Deployment

Platform Kernel ships as a polyglot monorepo (Go services + TypeScript shell) and supports two deployment targets:

Environment	Orchestrator	Use case
Local / Dev	Docker Compose	Full-stack sandbox — one command
Staging / Prod	Kubernetes (k8s)	Multi-tenant SaaS, HPA, rolling updates

Container Model — `Dockerfile.monorepo`

All 12 Go services share a single Dockerfile (Dockerfile.monorepo at monorepo root). The target service is selected via --build-arg SERVICE=<name>.

Build Stages

Key Build Properties

Property	Value
Go version	`1.26` (from `docker/versions.env`)
Alpine version	`3.21` (from `docker/versions.env`)
Binary	Fully static, no libc (`CGO_ENABLED=0`)
Debug symbols	Stripped (`-ldflags="-s -w"`) — minimizes image size
User	`appuser` UID 10001 — non-root
`files` service	`CGO_ENABLED=1` (requires `libvips` for `bimg`)
Go Workspace	`GOWORK=off` during build — workspace resolution via replace directives
Platform	`linux/amd64` (CI)

Image Tag Strategy

ghcr.io/{owner}/platform-kernel/{service}:{git-sha}
ghcr.io/{owner}/platform-kernel/{service}:latest          # main branch only
ghcr.io/{owner}/platform-kernel/{service}:staging         # staging tag

Local Development — Docker Compose

Stack Definition

The full development stack is defined in docker/docker-compose.yml. Versions are pinned in docker/versions.env (single source of truth for all environments):

# docker/versions.env (source of truth)
GO_VERSION=1.26
ALPINE_VERSION=3.21
POSTGRES_VERSION=17-alpine
VALKEY_VERSION=8.1-alpine
KAFKA_VERSION=3.9.0
RABBITMQ_VERSION=4.1-management-alpine
CLICKHOUSE_VERSION=25.3-alpine
SEAWEEDFS_VERSION=3.84
VAULT_VERSION=1.19
GO_FEATURE_FLAG_VERSION=v1.42.0
ENVOY_VERSION=v1.33-latest

Startup

# Start full kernel stack (all 12 services + infra)
docker compose \
  --env-file docker/versions.env \
  -f docker/docker-compose.yml \
  up -d --wait

# Start only infrastructure (for local Go service development)
docker compose \
  --env-file docker/versions.env \
  -f docker/docker-compose.yml \
  up -d --wait \
  postgres valkey kafka clickhouse rabbitmq vault

Service Port Map (local)

Service	Port	Notes
API Gateway (Envoy)	`8443`	HTTPS, TLS termination
Gateway (Go)	`8080`	Internal gRPC
IAM	`8081`	gRPC + `/health`
PostgreSQL	`5432`	`platform_kernel` database
ClickHouse	`8123` / `9000`	HTTP + native
Kafka	`9092`	Plaintext
Valkey	`6379`	—
Vault	`8200`	Dev mode
GoFeatureFlag	`1031`	—
SeaweedFS	`8888`	—

Compose Profiles

Compose file	Purpose
`docker-compose.yml`	Full stack
`docker-compose.ci.yml`	CI overlay — removes volumes, adds healthchecks
`docker-compose.pact.yml`	Pact Broker overlay — Postgres + pact-broker UI
`docker-compose.kafka.yaml`	Kafka-only
`docker-compose.sandbox.yml`	Tenant sandbox — isolated per-tenant env
`docker-compose.gateway.yaml`	Gateway + Envoy only

Production — Kubernetes

Zero-Downtime Rolling Update

All Kernel services use RollingUpdate deployment strategy with maxUnavailable: 0 — no pods are terminated until new pods are Ready.
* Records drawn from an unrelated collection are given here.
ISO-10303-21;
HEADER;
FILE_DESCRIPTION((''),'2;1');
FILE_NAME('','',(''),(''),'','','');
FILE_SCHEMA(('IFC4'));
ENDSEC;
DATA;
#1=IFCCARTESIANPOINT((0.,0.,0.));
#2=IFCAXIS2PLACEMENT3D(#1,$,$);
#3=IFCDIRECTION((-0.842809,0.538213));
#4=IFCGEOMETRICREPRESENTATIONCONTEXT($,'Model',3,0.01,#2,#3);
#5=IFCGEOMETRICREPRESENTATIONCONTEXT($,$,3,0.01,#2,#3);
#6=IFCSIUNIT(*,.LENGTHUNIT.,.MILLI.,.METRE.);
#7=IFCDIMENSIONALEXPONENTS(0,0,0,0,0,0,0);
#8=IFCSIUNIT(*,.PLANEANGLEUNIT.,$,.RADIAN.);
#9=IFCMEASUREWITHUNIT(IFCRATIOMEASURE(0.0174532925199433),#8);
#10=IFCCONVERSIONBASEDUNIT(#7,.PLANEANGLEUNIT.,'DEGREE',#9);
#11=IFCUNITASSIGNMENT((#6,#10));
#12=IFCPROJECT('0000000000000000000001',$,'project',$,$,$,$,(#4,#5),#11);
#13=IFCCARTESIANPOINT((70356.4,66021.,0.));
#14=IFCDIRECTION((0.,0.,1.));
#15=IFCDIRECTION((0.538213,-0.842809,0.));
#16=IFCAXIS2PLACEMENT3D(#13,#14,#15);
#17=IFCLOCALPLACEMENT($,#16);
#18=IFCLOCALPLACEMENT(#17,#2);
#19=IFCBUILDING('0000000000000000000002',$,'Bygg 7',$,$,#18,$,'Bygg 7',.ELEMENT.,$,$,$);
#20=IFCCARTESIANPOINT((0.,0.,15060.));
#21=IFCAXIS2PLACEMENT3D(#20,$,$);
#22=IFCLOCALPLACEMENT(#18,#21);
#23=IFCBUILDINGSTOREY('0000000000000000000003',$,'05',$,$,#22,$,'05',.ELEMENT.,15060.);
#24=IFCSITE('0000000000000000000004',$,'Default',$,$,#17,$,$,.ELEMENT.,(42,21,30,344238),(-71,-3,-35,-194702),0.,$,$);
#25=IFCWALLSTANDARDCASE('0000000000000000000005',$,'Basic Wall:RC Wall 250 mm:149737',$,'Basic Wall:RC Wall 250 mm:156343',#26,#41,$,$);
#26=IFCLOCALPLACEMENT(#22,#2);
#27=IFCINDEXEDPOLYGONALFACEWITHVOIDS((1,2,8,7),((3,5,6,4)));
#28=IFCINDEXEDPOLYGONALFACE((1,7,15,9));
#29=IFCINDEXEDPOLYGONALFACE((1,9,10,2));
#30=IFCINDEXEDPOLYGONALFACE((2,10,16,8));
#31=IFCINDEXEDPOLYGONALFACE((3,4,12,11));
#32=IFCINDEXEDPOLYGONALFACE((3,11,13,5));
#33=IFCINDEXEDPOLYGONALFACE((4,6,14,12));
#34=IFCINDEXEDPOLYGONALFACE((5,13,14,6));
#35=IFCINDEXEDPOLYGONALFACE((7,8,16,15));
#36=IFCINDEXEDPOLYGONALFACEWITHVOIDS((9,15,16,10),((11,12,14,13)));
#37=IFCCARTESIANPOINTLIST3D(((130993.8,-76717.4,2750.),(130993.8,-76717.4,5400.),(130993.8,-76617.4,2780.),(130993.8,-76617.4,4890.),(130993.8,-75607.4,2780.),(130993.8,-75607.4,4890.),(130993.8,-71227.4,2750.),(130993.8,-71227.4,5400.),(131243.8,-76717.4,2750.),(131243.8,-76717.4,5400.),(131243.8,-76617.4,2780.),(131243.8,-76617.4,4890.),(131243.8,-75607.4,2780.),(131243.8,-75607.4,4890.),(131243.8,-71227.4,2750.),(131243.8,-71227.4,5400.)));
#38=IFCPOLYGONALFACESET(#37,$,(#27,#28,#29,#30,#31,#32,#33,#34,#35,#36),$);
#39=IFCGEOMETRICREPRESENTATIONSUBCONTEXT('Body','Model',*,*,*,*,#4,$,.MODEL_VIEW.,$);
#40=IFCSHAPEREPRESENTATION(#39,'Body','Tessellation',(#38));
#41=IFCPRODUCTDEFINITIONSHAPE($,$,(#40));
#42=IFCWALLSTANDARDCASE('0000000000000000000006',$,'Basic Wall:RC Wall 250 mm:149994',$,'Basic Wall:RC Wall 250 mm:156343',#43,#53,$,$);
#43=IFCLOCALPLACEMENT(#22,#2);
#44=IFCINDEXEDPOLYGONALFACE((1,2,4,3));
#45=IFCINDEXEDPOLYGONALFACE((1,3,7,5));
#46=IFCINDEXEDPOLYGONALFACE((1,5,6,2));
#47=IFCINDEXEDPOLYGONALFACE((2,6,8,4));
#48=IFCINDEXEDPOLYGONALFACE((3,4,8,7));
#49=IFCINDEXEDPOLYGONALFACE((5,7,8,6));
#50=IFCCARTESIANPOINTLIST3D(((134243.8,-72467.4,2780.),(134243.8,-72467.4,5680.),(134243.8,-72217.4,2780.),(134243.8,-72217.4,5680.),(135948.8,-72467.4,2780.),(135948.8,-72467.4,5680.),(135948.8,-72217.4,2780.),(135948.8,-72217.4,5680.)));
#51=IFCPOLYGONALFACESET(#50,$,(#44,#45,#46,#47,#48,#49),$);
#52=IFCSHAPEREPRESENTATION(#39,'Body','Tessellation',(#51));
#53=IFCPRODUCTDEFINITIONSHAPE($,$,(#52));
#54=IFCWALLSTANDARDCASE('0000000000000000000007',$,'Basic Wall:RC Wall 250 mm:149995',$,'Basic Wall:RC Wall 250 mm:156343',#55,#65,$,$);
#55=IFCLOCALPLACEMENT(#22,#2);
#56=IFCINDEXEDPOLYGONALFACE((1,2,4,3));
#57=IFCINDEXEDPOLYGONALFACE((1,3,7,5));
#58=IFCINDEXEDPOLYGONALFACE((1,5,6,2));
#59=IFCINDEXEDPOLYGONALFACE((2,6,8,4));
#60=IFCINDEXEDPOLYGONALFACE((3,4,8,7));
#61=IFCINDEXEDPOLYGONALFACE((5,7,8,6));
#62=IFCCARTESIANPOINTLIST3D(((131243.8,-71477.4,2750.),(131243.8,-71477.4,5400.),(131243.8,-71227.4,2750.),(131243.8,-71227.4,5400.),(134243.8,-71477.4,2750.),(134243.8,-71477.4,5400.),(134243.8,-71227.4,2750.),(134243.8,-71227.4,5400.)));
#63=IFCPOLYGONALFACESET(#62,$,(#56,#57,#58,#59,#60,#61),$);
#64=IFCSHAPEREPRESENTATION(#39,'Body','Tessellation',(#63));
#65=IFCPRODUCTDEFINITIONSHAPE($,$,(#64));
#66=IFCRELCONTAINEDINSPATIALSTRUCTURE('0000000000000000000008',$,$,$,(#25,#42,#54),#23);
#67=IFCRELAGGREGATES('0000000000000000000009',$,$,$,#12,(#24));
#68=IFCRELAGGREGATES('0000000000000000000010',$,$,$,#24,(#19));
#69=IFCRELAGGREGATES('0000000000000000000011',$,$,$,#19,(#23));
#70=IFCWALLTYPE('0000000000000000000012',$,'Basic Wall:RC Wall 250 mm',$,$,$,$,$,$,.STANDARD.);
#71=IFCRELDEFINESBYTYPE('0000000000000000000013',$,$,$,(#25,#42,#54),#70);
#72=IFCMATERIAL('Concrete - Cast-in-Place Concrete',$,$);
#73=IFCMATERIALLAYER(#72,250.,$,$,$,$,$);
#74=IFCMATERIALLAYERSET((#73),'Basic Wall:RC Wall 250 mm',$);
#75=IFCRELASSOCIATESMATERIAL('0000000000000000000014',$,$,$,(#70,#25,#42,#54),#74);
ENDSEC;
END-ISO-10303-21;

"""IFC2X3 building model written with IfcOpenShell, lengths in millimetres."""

from ifc_helpers import new_model, entity, si_unit, converted_unit, direction, frame, frame_2d, origin, origin_2d_with_axis, place, context, subcontext, project, spatial, polyline, rectangle, extrude, clip, bounded_halfspace, material, layer, layer_set, layer_usage, type_object, element, save


model = new_model("IFC2X3")

# Units and contexts
model_context = context("Model", 3, precision=0.01, world=origin(), true_north=direction((-0.842809, 0.538213)))
context_of_model = context(None, 3, precision=0.01, world=origin(), true_north=direction((-0.842809, 0.538213)))
body_context = subcontext(model_context, "Body", "Model", "MODEL_VIEW")
ifc_project = project(units=[si_unit("LENGTHUNIT", "METRE", prefix="MILLI"), converted_unit("PLANEANGLEUNIT", "DEGREE", entity("IfcRatioMeasure", 0.0174532925199433), si_unit("PLANEANGLEUNIT", "RADIAN"), dimensions=[0, 0, 0, 0, 0, 0, 0])], contexts=[model_context, context_of_model])

# Site, building, storey
site_placement = place(None, frame((70356.4, 66021.0, 0.0), z_axis=(0.0, 0.0, 1.0), x_axis=(0.538213, -0.842809, 0.0)))
site = spatial("IfcSite", under=ifc_project, at=site_placement, Name="Default", CompositionType="ELEMENT", RefLatitude=(42, 21, 30, 344238), RefLongitude=(-71, -3, -35, -194702), RefElevation=0.0)
building_placement = place(site_placement, origin())
building = spatial("IfcBuilding", under=site, at=building_placement, Name="Bygg 7", LongName="Bygg 7", CompositionType="ELEMENT")
storey_placement = place(building_placement, frame((0.0, 0.0, 15060.0)))
storey = spatial("IfcBuildingStorey", under=building, at=storey_placement, Name="05", LongName="05", CompositionType="ELEMENT", Elevation=15060.0)

# Shared definitions
ifc_material_1 = material(Name="Concrete - Cast-in-Place Concrete")

# Wall, opening
ifc_layer_1 = layer(ifc_material_1, 250.0)
ifc_layer_set_1 = layer_set([ifc_layer_1], Name="Basic Wall:RC Wall 250 mm")
wall_type_1 = type_object("IfcWallType", Name="Basic Wall:RC Wall 250 mm", PredefinedType="STANDARD", material=ifc_layer_set_1)
ifc_layer_usage_1 = layer_usage(ifc_layer_set_1, "AXIS2", "NEGATIVE", 125.0)
wall_1_placement = place(storey_placement, frame((131118.8, -76717.4, 2750.0), z_axis=(0.0, 0.0, 1.0), x_axis=(0.0, 1.0, 0.0)))
wall_1 = element("IfcWallStandardCase", 1, at=wall_1_placement, inside=storey, type_object=wall_type_1, material=ifc_layer_usage_1, Name="Basic Wall:RC Wall 250 mm:149737", ObjectType="Basic Wall:RC Wall 250 mm:156343", context=body_context, shape_type="SweptSolid", body=[
    extrude(rectangle(XDim=5490.0, YDim=250.0, at=frame_2d((2745.0, 0.0), x_axis=(-1.0, 0.0))), origin(), (0.0, 0.0, 1.0), 2650.0),
])
opening_1_placement = place(wall_1_placement, origin())
element("IfcOpeningElement", 2, at=opening_1_placement, cuts=wall_1, ObjectType="Opening", context=body_context, shape_type="SweptSolid", body=[
    extrude(rectangle(XDim=2110.0, YDim=1010.0, at=origin_2d_with_axis()), frame((605.0, -125.0, 1085.0), z_axis=(0.0, 1.0, 0.0), x_axis=(0.0, 0.0, -1.0)), (0.0, 0.0, 1.0), 250.0),
])

# Walls
ifc_layer_usage_2 = layer_usage(ifc_layer_set_1, "AXIS2", "NEGATIVE", 125.0)
wall_2_placement = place(storey_placement, frame((134243.8, -72342.4, 2780.0)))
element("IfcWallStandardCase", 3, at=wall_2_placement, inside=storey, type_object=wall_type_1, material=ifc_layer_usage_2, Name="Basic Wall:RC Wall 250 mm:149994", ObjectType="Basic Wall:RC Wall 250 mm:156343", context=body_context, shape_type="SweptSolid", body=[
    extrude(rectangle(XDim=1705.0, YDim=250.0, at=frame_2d((852.5, 0.0), x_axis=(-1.0, 0.0))), origin(), (0.0, 0.0, 1.0), 2900.0),
])
ifc_layer_usage_3 = layer_usage(ifc_layer_set_1, "AXIS2", "NEGATIVE", 125.0)
wall_3_placement = place(storey_placement, frame((131243.8, -71352.4, 2750.0)))
element("IfcWallStandardCase", 4, at=wall_3_placement, inside=storey, type_object=wall_type_1, material=ifc_layer_usage_3, Name="Basic Wall:RC Wall 250 mm:149995", ObjectType="Basic Wall:RC Wall 250 mm:156343", context=body_context, shape_type="Clipping", body=[
    clip(extrude(rectangle(XDim=3000.0, YDim=250.0, at=frame_2d((1500.0, 0.0), x_axis=(-1.0, 0.0))), origin(), (0.0, 0.0, 1.0), 2650.0), bounded_halfspace(frame((3000.0, -125.0, 0.0), z_axis=(0.0, 0.0, 1.0), x_axis=(-0.092529, 0.99571, 0.0)), True, frame((3000.0, -125.0, 0.0)), polyline([(0.0, 0.0), (0.0, 250.0), (-3000.0, 250.0), (-3000.0, 0.0), (-250.0, 0.0), (0.0, 0.0)]))),
])

save(model, "model.ifc")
# Example: IAM service Deployment
apiVersion: apps/v1
kind: Deployment
metadata:
  name: platform-iam
spec:
  replicas: 3
  strategy:
    type: RollingUpdate
    rollingUpdate:
      maxSurge: 1          # One extra pod spun up before old removed
      maxUnavailable: 0    # Zero downtime — old pod stays until new ready
  template:
    spec:
      containers:
        - name: iam
          image: ghcr.io/{owner}/platform-kernel/iam:{sha}
          ports:
            - containerPort: 8080
          livenessProbe:
            httpGet:
              path: /health/live
              port: 8080
            initialDelaySeconds: 5
            periodSeconds: 10
          readinessProbe:
            httpGet:
              path: /health/ready
              port: 8080
            initialDelaySeconds: 3
            periodSeconds: 5
          terminationGracePeriodSeconds: 30

Zero-Downtime Kafka Consumer Rolling (Cooperative Sticky)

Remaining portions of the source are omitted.